▸ **Aim of the task**: If a line in the listing below includes the string "IFCSHAPEREPRESENTATION", pull it out.

▸ **Dataset**:
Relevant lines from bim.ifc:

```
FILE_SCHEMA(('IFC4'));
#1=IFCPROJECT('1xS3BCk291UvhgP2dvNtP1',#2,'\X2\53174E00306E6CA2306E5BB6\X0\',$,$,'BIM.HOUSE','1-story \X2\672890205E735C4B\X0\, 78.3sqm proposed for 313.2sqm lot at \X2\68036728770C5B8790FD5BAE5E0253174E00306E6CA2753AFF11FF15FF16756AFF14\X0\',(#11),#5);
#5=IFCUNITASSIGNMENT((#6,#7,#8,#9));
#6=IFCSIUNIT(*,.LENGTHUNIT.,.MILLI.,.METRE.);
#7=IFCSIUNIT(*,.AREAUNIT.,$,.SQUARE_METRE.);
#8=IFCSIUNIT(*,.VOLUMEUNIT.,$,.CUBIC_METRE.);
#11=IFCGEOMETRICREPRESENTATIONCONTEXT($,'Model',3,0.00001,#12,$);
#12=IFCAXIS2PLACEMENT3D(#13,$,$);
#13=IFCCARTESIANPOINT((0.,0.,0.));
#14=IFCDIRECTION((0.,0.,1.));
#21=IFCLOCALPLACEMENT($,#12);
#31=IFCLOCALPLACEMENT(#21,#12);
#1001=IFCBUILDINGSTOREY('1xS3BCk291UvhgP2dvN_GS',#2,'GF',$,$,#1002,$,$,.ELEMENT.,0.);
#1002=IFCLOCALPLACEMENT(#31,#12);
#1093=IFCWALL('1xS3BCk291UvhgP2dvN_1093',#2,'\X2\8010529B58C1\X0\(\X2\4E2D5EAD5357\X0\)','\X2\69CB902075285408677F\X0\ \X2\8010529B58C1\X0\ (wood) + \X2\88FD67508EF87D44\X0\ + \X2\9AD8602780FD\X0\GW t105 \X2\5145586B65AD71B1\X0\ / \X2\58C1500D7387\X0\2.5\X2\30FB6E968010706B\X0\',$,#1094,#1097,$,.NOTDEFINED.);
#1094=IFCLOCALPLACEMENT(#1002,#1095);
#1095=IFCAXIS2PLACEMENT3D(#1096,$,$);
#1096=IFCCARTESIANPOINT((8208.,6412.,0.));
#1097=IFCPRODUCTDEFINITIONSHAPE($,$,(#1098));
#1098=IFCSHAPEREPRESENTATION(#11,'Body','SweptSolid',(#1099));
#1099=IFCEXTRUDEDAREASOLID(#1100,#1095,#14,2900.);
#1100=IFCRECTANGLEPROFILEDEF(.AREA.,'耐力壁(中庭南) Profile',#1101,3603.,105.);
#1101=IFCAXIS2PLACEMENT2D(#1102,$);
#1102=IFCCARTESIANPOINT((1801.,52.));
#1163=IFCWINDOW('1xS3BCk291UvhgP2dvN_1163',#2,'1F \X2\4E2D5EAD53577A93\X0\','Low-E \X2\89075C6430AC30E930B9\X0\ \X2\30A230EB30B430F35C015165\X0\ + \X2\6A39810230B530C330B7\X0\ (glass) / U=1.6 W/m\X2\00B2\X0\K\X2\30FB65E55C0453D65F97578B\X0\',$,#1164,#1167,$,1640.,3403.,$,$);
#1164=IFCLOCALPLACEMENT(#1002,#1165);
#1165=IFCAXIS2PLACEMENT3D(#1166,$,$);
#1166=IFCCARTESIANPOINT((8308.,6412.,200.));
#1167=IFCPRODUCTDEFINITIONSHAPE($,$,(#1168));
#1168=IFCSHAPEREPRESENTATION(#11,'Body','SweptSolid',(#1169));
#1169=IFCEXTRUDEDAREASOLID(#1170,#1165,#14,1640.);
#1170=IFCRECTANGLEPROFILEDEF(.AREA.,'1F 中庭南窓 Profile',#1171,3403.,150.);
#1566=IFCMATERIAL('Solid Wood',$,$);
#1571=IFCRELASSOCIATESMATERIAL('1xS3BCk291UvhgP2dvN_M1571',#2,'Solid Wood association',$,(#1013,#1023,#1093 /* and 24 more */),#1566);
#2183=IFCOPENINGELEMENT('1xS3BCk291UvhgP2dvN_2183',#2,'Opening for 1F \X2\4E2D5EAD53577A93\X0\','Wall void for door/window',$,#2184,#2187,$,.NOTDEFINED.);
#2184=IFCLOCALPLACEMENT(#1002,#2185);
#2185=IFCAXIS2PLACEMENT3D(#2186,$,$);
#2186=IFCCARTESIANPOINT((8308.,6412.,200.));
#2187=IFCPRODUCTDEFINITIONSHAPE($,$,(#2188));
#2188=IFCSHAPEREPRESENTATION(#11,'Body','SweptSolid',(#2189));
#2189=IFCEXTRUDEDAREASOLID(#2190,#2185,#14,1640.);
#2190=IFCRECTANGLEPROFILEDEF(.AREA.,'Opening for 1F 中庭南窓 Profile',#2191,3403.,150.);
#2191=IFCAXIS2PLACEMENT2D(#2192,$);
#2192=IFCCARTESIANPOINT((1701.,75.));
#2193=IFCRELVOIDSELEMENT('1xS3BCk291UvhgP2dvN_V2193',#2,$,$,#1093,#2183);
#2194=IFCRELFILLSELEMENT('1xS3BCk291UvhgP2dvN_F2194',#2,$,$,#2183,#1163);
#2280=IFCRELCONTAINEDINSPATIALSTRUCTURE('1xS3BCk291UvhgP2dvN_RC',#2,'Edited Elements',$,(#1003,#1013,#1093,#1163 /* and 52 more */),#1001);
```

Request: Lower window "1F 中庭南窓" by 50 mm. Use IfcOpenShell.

```python
import numpy as np
import ifcopenshell
import ifcopenshell.api.geometry
import ifcopenshell.util.placement
import ifcopenshell.util.unit

model = ifcopenshell.open("bim.ifc")
unit_scale = ifcopenshell.util.unit.calculate_unit_scale(model)

window = model.by_guid("1xS3BCk291UvhgP2dvN_1163")
opening = window.FillsVoids[0].RelatingOpeningElement
dz = -0.05 / unit_scale

shift = np.array([0.0, 0.0, dz])
# The window is not placed relative to its opening, so move both.
for product in (opening, window):
    matrix = ifcopenshell.util.placement.get_local_placement(product.ObjectPlacement)
    matrix[:3, 3] += shift
    ifcopenshell.api.geometry.edit_object_placement(model, product=product, matrix=matrix, is_si=False)

print(f"moved by {dz * unit_scale:+.3f} m")

model.write("bim-out.ifc")
```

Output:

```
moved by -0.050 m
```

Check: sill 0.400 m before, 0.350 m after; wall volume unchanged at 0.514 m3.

▸ **Expected answer**:
#1098=IFCSHAPEREPRESENTATION(#11,'Body','SweptSolid',(#1099));
#1168=IFCSHAPEREPRESENTATION(#11,'Body','SweptSolid',(#1169));
#2188=IFCSHAPEREPRESENTATION(#11,'Body','SweptSolid',(#2189));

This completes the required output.